▶ [Task requirements] Print nothing but the lines below starting at the line that holds "#27=IFCINDEXEDPOLYGONALFACE((9,10,14,13));" and ending at the line that holds "#32=IFCINDEXEDPOLYGONALFACE((3,4,8,7));", including both, each exactly as written.

(Collected data)
══════

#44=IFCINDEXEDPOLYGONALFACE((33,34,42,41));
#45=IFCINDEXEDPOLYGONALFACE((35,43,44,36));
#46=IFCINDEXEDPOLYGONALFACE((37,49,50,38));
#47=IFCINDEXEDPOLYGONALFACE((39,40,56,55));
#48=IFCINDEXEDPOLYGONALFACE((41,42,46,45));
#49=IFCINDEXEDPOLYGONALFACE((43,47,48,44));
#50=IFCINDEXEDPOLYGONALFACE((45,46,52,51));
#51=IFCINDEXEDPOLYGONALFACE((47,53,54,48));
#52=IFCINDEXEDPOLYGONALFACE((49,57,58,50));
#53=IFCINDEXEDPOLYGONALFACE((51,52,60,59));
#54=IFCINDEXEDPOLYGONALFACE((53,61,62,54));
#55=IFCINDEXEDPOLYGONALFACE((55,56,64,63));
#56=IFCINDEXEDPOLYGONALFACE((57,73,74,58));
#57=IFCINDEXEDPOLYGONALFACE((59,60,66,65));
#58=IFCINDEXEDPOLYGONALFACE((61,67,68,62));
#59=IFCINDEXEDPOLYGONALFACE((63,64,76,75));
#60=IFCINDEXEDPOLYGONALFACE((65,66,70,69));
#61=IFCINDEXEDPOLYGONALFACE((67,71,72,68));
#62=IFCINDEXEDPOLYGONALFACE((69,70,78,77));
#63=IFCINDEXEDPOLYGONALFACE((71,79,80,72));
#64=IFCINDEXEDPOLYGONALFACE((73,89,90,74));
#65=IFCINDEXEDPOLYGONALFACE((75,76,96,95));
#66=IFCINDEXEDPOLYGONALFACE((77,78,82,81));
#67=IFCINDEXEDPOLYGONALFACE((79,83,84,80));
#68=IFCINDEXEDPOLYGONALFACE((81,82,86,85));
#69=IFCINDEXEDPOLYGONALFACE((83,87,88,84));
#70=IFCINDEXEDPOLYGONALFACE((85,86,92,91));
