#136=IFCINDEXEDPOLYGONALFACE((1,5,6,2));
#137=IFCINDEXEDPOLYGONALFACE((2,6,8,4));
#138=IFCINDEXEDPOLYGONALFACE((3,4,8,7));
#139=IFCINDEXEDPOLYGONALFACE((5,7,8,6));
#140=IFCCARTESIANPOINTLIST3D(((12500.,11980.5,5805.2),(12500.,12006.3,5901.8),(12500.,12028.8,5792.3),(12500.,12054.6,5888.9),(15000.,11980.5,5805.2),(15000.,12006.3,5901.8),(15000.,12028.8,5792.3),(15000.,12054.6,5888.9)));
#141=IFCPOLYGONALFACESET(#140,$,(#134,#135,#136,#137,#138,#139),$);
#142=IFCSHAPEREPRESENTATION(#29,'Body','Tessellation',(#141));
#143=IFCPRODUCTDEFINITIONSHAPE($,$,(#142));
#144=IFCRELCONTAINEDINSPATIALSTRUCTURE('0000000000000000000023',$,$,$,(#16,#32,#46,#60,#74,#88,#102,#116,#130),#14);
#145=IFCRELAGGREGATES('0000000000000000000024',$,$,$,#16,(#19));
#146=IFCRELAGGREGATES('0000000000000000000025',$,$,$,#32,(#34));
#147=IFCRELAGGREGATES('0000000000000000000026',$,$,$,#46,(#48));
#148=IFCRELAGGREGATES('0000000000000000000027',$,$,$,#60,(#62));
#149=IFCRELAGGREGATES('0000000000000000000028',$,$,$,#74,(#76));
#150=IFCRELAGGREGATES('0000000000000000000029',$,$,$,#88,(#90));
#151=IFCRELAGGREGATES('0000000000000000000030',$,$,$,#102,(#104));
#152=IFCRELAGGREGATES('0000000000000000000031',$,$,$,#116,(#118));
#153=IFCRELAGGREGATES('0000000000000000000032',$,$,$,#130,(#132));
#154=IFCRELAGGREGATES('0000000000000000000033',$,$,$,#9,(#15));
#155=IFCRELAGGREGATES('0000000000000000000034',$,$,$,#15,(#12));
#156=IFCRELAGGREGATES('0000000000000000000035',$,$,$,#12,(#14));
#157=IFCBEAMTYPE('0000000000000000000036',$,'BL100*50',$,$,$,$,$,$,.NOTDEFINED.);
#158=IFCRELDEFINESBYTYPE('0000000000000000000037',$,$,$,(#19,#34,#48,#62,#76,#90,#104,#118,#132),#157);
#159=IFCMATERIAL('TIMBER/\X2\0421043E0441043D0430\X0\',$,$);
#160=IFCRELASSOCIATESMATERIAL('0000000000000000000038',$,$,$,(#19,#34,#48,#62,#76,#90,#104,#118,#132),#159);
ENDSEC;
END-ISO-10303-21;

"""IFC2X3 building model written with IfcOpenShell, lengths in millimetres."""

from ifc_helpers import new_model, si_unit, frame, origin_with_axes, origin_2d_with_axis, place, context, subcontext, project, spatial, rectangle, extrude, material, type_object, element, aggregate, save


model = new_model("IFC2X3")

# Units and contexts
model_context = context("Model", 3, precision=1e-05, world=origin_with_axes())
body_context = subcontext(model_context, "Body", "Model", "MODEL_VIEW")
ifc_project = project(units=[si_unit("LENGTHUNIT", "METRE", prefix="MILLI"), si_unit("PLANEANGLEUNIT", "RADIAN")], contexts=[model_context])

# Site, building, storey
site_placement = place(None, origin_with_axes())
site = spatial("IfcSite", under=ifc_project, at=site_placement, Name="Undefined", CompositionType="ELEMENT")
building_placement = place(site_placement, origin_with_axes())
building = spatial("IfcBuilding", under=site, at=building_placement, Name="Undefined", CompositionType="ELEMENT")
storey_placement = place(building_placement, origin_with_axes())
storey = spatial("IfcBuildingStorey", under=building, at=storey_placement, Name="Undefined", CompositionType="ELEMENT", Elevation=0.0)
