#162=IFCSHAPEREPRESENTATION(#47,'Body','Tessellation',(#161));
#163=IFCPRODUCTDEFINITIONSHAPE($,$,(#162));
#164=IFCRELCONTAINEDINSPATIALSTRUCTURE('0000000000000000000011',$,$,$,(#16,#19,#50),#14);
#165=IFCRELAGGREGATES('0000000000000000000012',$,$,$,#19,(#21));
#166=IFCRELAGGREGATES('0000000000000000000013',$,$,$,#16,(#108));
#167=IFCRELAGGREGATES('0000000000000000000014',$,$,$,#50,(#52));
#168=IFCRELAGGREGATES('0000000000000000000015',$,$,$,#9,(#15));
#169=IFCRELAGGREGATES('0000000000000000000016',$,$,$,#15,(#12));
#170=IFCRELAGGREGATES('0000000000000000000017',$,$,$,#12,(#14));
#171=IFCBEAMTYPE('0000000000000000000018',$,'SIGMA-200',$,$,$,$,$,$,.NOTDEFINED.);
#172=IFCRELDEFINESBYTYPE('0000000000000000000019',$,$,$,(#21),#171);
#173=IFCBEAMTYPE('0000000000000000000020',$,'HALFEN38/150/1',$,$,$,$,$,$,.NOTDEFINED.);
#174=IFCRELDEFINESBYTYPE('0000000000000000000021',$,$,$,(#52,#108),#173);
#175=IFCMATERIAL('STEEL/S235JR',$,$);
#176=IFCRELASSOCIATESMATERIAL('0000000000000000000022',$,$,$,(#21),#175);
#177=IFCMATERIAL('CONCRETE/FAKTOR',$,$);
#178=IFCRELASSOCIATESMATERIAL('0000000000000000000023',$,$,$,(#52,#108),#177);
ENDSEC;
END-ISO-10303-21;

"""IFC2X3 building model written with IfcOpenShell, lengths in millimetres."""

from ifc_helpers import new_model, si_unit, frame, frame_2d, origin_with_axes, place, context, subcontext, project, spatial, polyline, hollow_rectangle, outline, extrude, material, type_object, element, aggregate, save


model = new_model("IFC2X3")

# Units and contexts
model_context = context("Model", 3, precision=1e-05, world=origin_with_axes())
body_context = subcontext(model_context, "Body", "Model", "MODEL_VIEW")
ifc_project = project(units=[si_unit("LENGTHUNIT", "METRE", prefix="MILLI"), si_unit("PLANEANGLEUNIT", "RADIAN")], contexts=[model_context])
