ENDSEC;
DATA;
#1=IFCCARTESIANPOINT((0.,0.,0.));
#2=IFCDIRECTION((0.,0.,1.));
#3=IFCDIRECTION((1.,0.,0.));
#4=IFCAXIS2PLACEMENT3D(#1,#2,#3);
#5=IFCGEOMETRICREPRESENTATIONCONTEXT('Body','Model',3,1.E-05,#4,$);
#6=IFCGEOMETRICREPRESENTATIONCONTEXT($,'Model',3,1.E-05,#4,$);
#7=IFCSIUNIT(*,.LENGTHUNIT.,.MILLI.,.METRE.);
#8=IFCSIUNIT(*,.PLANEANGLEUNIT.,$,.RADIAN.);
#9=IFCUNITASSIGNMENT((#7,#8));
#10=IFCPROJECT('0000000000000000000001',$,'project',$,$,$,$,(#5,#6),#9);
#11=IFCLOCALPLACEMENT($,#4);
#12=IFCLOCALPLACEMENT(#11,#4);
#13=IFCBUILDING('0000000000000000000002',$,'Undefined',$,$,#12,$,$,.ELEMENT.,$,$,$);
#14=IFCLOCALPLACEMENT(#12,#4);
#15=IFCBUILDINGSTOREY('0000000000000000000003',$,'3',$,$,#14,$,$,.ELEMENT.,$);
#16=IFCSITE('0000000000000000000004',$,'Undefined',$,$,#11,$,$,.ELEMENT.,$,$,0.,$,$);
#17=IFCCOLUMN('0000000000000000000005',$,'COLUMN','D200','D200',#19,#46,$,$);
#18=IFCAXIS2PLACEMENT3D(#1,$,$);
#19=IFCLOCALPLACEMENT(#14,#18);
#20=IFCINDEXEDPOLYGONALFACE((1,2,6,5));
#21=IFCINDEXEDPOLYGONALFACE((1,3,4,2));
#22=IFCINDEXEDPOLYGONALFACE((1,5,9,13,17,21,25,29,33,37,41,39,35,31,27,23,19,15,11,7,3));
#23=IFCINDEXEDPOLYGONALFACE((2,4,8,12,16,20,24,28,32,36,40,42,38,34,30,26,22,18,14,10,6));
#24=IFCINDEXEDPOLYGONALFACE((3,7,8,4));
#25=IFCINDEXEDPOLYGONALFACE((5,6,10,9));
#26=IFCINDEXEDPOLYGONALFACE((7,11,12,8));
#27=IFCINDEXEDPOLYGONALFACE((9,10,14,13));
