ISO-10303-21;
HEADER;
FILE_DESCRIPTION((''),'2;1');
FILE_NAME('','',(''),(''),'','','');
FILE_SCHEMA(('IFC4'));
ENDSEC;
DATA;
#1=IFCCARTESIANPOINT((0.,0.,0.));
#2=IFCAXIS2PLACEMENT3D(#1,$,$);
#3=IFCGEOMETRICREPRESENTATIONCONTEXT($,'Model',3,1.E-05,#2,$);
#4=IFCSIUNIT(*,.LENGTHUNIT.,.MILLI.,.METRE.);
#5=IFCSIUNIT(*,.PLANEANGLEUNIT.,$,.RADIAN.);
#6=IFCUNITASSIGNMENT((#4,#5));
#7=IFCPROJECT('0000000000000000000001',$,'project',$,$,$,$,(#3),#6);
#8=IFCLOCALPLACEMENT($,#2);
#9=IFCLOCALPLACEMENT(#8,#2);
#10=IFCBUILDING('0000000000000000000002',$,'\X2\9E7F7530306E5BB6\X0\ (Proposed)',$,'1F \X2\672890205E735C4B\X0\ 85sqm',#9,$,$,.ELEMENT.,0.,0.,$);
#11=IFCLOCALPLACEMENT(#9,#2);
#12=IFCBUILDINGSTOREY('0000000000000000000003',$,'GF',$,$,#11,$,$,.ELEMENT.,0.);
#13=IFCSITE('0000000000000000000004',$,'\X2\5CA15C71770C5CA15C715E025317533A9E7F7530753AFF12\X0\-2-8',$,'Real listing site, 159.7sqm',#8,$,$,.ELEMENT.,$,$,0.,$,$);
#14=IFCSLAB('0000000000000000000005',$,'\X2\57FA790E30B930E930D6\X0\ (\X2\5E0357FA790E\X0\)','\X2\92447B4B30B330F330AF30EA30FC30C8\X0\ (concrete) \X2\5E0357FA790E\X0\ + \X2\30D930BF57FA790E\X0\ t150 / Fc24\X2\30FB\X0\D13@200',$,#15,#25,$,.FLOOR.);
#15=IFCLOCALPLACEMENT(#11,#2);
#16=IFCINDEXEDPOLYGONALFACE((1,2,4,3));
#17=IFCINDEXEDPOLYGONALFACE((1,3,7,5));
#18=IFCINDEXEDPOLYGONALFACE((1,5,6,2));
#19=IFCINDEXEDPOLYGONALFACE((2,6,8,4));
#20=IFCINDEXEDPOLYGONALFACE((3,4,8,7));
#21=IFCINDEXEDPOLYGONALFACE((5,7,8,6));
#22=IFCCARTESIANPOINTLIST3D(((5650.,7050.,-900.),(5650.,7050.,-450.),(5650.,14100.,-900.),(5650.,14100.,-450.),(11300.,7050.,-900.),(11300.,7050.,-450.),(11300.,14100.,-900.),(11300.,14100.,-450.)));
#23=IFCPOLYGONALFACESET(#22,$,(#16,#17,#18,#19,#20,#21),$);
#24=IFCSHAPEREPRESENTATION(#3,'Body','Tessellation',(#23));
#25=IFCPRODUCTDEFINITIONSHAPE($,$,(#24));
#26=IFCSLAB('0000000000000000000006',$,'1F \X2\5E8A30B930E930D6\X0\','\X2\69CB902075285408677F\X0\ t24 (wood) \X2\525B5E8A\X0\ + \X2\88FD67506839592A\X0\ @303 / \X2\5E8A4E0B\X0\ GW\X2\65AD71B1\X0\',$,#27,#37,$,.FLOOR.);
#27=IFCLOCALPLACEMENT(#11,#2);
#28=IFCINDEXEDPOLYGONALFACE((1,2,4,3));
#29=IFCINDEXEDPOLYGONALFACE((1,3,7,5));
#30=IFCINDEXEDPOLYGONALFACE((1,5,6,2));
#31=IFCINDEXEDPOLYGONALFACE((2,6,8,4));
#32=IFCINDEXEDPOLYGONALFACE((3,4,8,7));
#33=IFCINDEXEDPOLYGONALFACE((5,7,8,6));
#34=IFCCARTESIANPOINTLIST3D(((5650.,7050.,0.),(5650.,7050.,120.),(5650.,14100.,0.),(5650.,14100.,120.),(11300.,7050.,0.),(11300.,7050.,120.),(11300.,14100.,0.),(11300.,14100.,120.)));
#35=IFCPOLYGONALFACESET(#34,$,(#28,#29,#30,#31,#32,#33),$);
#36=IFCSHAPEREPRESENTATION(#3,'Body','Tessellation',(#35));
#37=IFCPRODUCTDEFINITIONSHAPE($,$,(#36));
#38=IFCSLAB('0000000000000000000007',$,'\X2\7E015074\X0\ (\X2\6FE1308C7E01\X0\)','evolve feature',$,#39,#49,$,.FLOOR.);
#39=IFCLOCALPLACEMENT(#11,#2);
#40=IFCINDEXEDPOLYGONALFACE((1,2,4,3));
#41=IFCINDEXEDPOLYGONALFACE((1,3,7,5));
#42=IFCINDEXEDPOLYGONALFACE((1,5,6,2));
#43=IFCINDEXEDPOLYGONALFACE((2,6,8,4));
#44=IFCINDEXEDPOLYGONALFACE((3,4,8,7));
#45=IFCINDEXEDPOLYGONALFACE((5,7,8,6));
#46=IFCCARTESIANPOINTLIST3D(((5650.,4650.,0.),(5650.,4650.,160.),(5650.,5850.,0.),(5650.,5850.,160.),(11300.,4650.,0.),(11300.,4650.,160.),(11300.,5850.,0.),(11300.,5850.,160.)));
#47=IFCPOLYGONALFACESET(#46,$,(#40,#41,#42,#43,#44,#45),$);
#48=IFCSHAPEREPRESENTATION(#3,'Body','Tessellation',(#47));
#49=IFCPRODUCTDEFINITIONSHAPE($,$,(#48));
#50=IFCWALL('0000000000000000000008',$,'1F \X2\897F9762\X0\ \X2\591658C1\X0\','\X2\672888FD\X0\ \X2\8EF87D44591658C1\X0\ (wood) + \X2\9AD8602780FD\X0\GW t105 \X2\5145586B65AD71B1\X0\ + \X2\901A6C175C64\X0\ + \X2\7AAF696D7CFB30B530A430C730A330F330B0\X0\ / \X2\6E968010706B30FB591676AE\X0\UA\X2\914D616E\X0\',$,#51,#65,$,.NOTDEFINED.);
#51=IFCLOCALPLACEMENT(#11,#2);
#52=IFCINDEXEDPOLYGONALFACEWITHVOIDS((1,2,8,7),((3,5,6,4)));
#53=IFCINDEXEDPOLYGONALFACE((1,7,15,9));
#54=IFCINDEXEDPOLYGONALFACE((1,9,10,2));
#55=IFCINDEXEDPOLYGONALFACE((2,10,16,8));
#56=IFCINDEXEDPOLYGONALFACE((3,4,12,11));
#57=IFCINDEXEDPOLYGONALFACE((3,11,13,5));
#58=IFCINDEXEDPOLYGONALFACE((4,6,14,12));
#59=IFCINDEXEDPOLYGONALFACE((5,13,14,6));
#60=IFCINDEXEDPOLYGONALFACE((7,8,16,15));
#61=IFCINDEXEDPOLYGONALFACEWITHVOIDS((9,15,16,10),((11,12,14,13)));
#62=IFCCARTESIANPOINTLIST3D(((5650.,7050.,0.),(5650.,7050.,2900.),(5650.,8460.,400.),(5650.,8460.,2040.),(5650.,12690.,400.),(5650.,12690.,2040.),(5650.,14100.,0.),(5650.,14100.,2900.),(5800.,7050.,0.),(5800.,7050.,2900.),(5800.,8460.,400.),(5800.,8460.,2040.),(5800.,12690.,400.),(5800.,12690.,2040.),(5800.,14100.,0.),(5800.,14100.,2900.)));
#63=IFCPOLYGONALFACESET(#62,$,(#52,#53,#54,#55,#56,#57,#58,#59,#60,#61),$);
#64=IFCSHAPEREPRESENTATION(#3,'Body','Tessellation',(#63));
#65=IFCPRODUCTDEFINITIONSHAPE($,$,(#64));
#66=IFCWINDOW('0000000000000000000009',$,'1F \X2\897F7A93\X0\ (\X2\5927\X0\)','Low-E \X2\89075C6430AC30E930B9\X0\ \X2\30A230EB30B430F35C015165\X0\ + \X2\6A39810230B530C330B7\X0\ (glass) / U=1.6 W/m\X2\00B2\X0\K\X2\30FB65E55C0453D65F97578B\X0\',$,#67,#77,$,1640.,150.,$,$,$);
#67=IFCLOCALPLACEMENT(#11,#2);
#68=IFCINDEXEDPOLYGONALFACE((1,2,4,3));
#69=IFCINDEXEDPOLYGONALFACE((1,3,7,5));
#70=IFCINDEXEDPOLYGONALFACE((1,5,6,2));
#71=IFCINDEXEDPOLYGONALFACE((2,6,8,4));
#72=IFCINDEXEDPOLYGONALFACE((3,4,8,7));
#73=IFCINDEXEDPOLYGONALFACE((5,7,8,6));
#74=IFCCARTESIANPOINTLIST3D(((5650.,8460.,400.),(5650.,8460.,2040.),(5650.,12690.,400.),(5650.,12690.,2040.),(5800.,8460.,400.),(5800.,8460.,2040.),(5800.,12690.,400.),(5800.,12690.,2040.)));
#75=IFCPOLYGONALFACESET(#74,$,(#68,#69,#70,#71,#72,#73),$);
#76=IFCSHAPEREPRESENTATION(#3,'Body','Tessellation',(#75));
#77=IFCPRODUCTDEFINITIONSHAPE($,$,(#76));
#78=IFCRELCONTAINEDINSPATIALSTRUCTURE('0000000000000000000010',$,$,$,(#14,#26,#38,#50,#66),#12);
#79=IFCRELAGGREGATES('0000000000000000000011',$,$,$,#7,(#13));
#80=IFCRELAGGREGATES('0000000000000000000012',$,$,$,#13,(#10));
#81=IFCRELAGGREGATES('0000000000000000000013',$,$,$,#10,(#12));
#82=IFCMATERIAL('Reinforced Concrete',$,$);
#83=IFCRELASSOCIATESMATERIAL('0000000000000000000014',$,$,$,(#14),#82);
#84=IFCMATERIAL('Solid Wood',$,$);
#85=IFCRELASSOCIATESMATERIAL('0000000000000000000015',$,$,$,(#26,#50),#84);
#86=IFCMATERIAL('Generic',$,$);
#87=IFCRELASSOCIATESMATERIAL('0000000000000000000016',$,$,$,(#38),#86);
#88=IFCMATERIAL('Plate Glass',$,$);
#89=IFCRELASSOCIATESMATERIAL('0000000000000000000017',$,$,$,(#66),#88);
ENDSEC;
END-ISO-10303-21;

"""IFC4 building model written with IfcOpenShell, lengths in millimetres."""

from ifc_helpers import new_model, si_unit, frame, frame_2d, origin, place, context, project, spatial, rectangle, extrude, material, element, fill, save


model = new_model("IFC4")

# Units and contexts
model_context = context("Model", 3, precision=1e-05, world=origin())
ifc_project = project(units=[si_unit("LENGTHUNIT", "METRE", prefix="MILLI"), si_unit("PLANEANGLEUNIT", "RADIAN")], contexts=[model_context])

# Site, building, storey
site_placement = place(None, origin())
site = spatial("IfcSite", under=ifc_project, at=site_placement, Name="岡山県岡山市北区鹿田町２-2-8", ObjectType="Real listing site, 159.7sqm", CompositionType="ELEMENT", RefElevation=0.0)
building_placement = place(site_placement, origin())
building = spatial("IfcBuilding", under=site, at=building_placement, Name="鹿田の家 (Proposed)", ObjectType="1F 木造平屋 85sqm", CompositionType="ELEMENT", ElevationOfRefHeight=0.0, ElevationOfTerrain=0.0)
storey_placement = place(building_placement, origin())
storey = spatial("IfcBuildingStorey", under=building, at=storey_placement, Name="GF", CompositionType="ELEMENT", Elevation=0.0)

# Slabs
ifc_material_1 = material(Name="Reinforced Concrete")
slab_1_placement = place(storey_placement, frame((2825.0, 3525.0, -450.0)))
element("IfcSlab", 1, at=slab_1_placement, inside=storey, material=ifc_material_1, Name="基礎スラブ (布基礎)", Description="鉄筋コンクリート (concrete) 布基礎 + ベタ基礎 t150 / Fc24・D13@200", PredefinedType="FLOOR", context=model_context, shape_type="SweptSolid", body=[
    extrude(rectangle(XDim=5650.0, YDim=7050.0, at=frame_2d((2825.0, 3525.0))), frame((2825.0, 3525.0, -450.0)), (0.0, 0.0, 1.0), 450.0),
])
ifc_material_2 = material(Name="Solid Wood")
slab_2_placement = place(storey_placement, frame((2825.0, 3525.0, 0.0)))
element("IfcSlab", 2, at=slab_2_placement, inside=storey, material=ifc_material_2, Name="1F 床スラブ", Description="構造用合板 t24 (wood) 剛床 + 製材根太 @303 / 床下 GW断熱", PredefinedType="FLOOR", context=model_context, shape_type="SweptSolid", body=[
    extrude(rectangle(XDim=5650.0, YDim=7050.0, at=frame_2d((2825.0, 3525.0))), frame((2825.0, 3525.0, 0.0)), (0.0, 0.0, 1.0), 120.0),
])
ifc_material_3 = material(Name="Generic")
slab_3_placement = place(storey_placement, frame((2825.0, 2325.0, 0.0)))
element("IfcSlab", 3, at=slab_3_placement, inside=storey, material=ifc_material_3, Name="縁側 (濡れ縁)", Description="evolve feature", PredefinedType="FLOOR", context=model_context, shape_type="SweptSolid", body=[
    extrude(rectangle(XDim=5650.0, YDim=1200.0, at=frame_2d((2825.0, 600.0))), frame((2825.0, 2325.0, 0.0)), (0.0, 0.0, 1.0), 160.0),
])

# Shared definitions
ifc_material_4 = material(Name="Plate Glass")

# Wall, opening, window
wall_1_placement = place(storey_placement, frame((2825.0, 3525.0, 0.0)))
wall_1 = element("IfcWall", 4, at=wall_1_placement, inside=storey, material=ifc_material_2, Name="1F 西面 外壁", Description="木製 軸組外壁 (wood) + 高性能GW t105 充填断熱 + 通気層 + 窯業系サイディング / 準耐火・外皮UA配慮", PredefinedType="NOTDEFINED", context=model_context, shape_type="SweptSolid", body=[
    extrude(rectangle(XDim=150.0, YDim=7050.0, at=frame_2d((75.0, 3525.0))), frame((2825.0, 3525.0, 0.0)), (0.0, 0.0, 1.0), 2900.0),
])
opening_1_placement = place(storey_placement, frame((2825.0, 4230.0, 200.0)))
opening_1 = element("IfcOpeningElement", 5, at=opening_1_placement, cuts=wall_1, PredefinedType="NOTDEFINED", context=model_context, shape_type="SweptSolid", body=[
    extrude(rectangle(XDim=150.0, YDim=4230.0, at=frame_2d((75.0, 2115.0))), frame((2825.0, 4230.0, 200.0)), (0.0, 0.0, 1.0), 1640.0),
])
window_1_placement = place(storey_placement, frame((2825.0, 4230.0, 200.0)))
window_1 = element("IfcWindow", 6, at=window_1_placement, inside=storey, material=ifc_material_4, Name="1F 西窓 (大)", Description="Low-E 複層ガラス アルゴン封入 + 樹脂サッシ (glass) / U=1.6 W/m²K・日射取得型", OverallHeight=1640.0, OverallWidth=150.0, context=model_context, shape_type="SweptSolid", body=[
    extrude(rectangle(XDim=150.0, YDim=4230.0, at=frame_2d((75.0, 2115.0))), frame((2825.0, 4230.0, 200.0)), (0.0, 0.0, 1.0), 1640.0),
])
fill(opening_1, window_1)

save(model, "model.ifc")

══════

▶ [Answer box]
#27=IFCINDEXEDPOLYGONALFACE((9,10,14,13));
ISO-10303-21;
HEADER;
FILE_DESCRIPTION((''),'2;1');
FILE_NAME('','',(''),(''),'','','');
FILE_SCHEMA(('IFC4'));
ENDSEC;
DATA;
#1=IFCCARTESIANPOINT((0.,0.,0.));
#2=IFCAXIS2PLACEMENT3D(#1,$,$);
#3=IFCGEOMETRICREPRESENTATIONCONTEXT($,'Model',3,1.E-05,#2,$);
#4=IFCSIUNIT(*,.LENGTHUNIT.,.MILLI.,.METRE.);
#5=IFCSIUNIT(*,.PLANEANGLEUNIT.,$,.RADIAN.);
#6=IFCUNITASSIGNMENT((#4,#5));
#7=IFCPROJECT('0000000000000000000001',$,'project',$,$,$,$,(#3),#6);
#8=IFCLOCALPLACEMENT($,#2);
#9=IFCLOCALPLACEMENT(#8,#2);
#10=IFCBUILDING('0000000000000000000002',$,'\X2\9E7F7530306E5BB6\X0\ (Proposed)',$,'1F \X2\672890205E735C4B\X0\ 85sqm',#9,$,$,.ELEMENT.,0.,0.,$);
#11=IFCLOCALPLACEMENT(#9,#2);
#12=IFCBUILDINGSTOREY('0000000000000000000003',$,'GF',$,$,#11,$,$,.ELEMENT.,0.);
#13=IFCSITE('0000000000000000000004',$,'\X2\5CA15C71770C5CA15C715E025317533A9E7F7530753AFF12\X0\-2-8',$,'Real listing site, 159.7sqm',#8,$,$,.ELEMENT.,$,$,0.,$,$);
#14=IFCSLAB('0000000000000000000005',$,'\X2\57FA790E30B930E930D6\X0\ (\X2\5E0357FA790E\X0\)','\X2\92447B4B30B330F330AF30EA30FC30C8\X0\ (concrete) \X2\5E0357FA790E\X0\ + \X2\30D930BF57FA790E\X0\ t150 / Fc24\X2\30FB\X0\D13@200',$,#15,#25,$,.FLOOR.);
#15=IFCLOCALPLACEMENT(#11,#2);
#16=IFCINDEXEDPOLYGONALFACE((1,2,4,3));
#17=IFCINDEXEDPOLYGONALFACE((1,3,7,5));
#18=IFCINDEXEDPOLYGONALFACE((1,5,6,2));
#19=IFCINDEXEDPOLYGONALFACE((2,6,8,4));
#20=IFCINDEXEDPOLYGONALFACE((3,4,8,7));
#21=IFCINDEXEDPOLYGONALFACE((5,7,8,6));
#22=IFCCARTESIANPOINTLIST3D(((5650.,7050.,-900.),(5650.,7050.,-450.),(5650.,14100.,-900.),(5650.,14100.,-450.),(11300.,7050.,-900.),(11300.,7050.,-450.),(11300.,14100.,-900.),(11300.,14100.,-450.)));
#23=IFCPOLYGONALFACESET(#22,$,(#16,#17,#18,#19,#20,#21),$);
#24=IFCSHAPEREPRESENTATION(#3,'Body','Tessellation',(#23));
#25=IFCPRODUCTDEFINITIONSHAPE($,$,(#24));
#26=IFCSLAB('0000000000000000000006',$,'1F \X2\5E8A30B930E930D6\X0\','\X2\69CB902075285408677F\X0\ t24 (wood) \X2\525B5E8A\X0\ + \X2\88FD67506839592A\X0\ @303 / \X2\5E8A4E0B\X0\ GW\X2\65AD71B1\X0\',$,#27,#37,$,.FLOOR.);
#27=IFCLOCALPLACEMENT(#11,#2);
#28=IFCINDEXEDPOLYGONALFACE((1,2,4,3));
#29=IFCINDEXEDPOLYGONALFACE((1,3,7,5));
#30=IFCINDEXEDPOLYGONALFACE((1,5,6,2));
#31=IFCINDEXEDPOLYGONALFACE((2,6,8,4));
#32=IFCINDEXEDPOLYGONALFACE((3,4,8,7));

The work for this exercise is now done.